Would appreciate it if someone in this field can let me know if this is reasonable for an associate with about 3-5 years experience or is it way too little for me to consider a relocation? It's a huge step for me and i want to make sure that if i do decide to relocate, that i'm not short-changed. appreciate urgent response on this as i'm meant to revert very soon on my decision/renegotiation.

Thanks so much all..Appreciate it

Cheers,
Gary


----------



## sgilli3 (Mar 23, 2008)

Hi Gary and welcome to the forum
Cant help you in regards to whether the amount is suitable for your profession, as the banking industry is not my forte.

How ever...a few things- is the amount offered, for you alone, or do you have to support a family on that amount.
Do you have debts etc back home that need to be paid for?
etc, etc

140,000 may get you a nice 1 bed, possibly a small 2 bed apartment (depending on where you choose to reside...and will depend a lot upon where you are working)
The salary equates to just over 20,000 dhs a month, which is great if you are single.

The transport allowance is low, but that will depend on whether you catch taxis everyday, and how far you trael in taxis, or it would need to go towards a car (approx 1500 - 2,000 + dhs a month)...then insurance + fuel.

Hope this helps a little


----------



## Mac (Jul 6, 2008)

Hi, I'm not an investment banker - I'm a financial planner but I have a couple clients who are investment bankers.
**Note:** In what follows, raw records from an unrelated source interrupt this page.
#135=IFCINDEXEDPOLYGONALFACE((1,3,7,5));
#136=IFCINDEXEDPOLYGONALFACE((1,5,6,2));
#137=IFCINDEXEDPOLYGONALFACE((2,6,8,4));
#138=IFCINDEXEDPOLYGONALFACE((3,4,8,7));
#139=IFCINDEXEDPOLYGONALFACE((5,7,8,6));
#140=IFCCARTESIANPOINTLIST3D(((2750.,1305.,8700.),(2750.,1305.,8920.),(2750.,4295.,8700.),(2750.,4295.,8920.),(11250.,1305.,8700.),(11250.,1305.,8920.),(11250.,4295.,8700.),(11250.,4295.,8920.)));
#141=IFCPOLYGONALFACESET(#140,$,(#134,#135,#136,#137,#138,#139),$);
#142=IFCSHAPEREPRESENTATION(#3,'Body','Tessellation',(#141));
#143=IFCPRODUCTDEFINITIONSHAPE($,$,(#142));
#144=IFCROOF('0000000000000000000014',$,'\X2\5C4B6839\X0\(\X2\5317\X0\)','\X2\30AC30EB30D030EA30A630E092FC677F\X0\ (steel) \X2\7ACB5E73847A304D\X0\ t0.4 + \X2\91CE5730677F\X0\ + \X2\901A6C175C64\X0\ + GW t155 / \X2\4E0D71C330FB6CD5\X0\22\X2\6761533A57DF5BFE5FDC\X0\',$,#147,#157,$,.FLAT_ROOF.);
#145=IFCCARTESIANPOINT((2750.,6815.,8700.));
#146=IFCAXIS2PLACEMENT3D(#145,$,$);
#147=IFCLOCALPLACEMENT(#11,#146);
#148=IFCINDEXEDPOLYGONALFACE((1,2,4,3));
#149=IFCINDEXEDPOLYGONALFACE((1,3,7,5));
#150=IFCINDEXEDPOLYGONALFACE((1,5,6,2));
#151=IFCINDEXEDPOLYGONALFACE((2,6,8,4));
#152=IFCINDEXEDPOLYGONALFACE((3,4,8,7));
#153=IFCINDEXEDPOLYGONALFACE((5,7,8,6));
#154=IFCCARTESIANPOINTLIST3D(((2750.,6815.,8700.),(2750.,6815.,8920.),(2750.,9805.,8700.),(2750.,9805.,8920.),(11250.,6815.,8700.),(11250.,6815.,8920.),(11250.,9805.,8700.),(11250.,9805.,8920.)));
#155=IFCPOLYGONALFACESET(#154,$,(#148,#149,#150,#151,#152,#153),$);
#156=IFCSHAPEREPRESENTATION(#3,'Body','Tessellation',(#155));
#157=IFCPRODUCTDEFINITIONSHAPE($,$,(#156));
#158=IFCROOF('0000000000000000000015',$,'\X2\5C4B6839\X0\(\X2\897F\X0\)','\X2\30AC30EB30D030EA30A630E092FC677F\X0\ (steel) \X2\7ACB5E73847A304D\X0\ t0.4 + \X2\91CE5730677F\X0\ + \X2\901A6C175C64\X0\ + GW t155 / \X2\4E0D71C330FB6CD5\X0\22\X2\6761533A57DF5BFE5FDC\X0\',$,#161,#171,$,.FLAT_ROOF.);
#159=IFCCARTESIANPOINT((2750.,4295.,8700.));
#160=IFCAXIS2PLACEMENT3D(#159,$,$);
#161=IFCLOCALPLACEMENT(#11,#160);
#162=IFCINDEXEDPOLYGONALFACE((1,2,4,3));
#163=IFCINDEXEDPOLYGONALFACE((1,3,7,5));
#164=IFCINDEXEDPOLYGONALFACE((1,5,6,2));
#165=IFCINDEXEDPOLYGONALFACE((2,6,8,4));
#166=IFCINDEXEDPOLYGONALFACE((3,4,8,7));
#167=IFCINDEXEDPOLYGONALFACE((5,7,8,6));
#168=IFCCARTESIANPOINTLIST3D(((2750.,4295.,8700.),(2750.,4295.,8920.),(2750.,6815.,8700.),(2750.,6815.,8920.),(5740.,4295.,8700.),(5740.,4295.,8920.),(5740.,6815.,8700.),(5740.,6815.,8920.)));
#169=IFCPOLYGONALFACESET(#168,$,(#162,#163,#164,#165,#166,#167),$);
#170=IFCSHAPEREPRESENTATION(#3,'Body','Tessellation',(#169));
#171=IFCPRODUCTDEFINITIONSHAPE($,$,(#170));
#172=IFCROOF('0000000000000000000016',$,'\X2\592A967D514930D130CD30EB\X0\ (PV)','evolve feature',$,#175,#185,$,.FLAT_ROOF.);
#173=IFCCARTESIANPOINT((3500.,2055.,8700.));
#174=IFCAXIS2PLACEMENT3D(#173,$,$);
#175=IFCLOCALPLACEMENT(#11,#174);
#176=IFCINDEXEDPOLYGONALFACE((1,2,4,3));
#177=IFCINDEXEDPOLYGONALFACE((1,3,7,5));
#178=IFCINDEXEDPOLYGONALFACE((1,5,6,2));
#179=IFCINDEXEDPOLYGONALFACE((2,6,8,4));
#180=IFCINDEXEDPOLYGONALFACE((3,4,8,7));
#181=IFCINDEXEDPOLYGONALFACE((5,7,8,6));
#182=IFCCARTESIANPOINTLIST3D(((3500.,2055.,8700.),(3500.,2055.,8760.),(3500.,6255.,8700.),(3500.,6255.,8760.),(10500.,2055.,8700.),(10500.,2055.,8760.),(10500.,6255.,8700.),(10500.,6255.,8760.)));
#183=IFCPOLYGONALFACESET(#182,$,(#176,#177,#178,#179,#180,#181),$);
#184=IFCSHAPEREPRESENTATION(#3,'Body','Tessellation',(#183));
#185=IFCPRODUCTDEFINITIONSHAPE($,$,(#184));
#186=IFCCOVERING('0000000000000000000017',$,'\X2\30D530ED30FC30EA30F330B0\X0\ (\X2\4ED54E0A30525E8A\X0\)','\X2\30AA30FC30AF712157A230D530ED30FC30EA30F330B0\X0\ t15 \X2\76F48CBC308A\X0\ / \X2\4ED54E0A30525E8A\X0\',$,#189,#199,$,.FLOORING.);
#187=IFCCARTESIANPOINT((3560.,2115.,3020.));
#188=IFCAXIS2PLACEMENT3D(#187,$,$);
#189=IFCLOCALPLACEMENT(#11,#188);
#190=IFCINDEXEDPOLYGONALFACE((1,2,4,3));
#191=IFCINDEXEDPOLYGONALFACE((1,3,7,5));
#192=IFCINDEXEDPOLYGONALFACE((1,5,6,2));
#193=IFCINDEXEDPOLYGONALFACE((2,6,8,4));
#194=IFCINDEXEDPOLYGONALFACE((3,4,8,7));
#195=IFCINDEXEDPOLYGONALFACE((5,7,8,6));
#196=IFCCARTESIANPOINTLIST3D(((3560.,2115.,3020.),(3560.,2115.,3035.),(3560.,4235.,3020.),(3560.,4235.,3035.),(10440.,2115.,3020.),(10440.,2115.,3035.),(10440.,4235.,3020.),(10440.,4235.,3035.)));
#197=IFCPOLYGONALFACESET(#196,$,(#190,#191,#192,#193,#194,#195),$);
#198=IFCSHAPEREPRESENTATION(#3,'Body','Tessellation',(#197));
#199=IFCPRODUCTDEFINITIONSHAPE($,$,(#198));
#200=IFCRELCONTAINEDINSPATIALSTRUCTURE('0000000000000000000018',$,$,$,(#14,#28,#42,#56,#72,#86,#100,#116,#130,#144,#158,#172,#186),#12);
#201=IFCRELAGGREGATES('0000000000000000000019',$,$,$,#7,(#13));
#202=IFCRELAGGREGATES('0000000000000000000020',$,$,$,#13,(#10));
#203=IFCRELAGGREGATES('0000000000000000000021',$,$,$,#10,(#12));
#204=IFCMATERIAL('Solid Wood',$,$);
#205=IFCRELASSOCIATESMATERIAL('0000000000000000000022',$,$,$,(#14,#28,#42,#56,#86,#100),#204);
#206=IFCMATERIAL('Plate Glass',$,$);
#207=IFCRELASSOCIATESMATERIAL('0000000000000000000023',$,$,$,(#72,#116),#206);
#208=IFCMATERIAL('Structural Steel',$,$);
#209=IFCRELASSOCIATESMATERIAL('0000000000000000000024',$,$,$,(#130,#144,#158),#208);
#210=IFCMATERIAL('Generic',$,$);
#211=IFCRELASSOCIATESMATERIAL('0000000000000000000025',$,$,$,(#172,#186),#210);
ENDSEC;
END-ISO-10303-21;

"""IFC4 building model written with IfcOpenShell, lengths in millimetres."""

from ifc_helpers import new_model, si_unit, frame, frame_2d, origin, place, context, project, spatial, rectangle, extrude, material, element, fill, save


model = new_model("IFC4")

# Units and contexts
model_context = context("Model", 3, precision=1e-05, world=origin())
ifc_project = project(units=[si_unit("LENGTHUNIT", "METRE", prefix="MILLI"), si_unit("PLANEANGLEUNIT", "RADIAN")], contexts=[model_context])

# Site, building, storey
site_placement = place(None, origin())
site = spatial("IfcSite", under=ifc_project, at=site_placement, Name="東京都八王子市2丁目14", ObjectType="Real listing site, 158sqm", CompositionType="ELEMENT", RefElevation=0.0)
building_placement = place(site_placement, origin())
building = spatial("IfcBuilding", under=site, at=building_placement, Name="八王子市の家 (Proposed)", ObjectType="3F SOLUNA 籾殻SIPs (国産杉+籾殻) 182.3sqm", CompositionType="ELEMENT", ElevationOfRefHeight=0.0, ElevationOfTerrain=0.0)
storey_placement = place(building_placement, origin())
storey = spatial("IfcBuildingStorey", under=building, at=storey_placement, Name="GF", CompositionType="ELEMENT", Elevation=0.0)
I'd ask for more!

It's down to you though. For most people their salary isn't much different to what it is back home.... just here you dont pay tax, get your housing thrown in & the rest. The no tax thing has got to be a biggy!

As far as big step.... I know exactly what you mean. I was crapping myself. Thought it was the biggest deal in the world moving here. Kept coming up with (****e) reasons to stay at home. In the end I just deccided not to think about it & just do it. 

Once you're hear though it's just not such a big deal. You cant figure out why you were so worried. Dubai is pretty much full of people who went thorugh the same... and you'll meet loads of people & make friends quickly. 

Anyway, get your arse over here & join the fun!


----------



## gfan (Aug 20, 2008)

sgilli3 said:


> Hi Gary and welcome to the forum
> Cant help you in regards to whether the amount is suitable for your profession, as the banking industry is not my forte.
> 
> How ever...a few things- is the amount offered, for you alone, or do you have to support a family on that amount.
> ...


Hi sgilli3 (sorry don't quite know your name),
First of all, thanks a lot for your swift response! Appreciate it and the info certainly helps..the amount would be for me alone (i.e. still single - of course would have to help with family support back home but yeah other than that i'm still a lone ranger) 

In terms of accommodation - i'm actually going to be working in commercial tower (next to Crowne Plaza hotel on Sheikh Zayed Road). Any good recommendations? someplace not too far and it'd be great if i'm traveling against traffic in the morning - definitely do hope to get a car in the longer run once i get my licence but may have to rely on taxis for the shorter term - definitely appreciate some guidance on good locations for accommodation.

on cost of living - any tips on how much a bachelor would be requiring there?
Thanks again and speak soon
cheers,
gary


----------



## gfan (Aug 20, 2008)

Mac said:


> Hi, I'm not an investment banker - I'm a financial planner but I have a couple clients who are investment bankers. I'd ask for more!
> 
> It's down to you though. For most people their salary isn't much different to what it is back home.... just here you dont pay tax, get your housing thrown in & the rest. The no tax thing has got to be a biggy!
> 
> ...


Hi there Mac, 
Thanks a lot for your response. I certainly appreciate you asking some of your clients on the package - whether it is reasonable - thanking you in advance! - haha of course i'd very much want to negotiate for higher...just that i don't have much of a benchmark to go with (but at least if i hear of this amount being absolutely peanuts, then i can tell them that's what i gather rather than giving in without a fight) 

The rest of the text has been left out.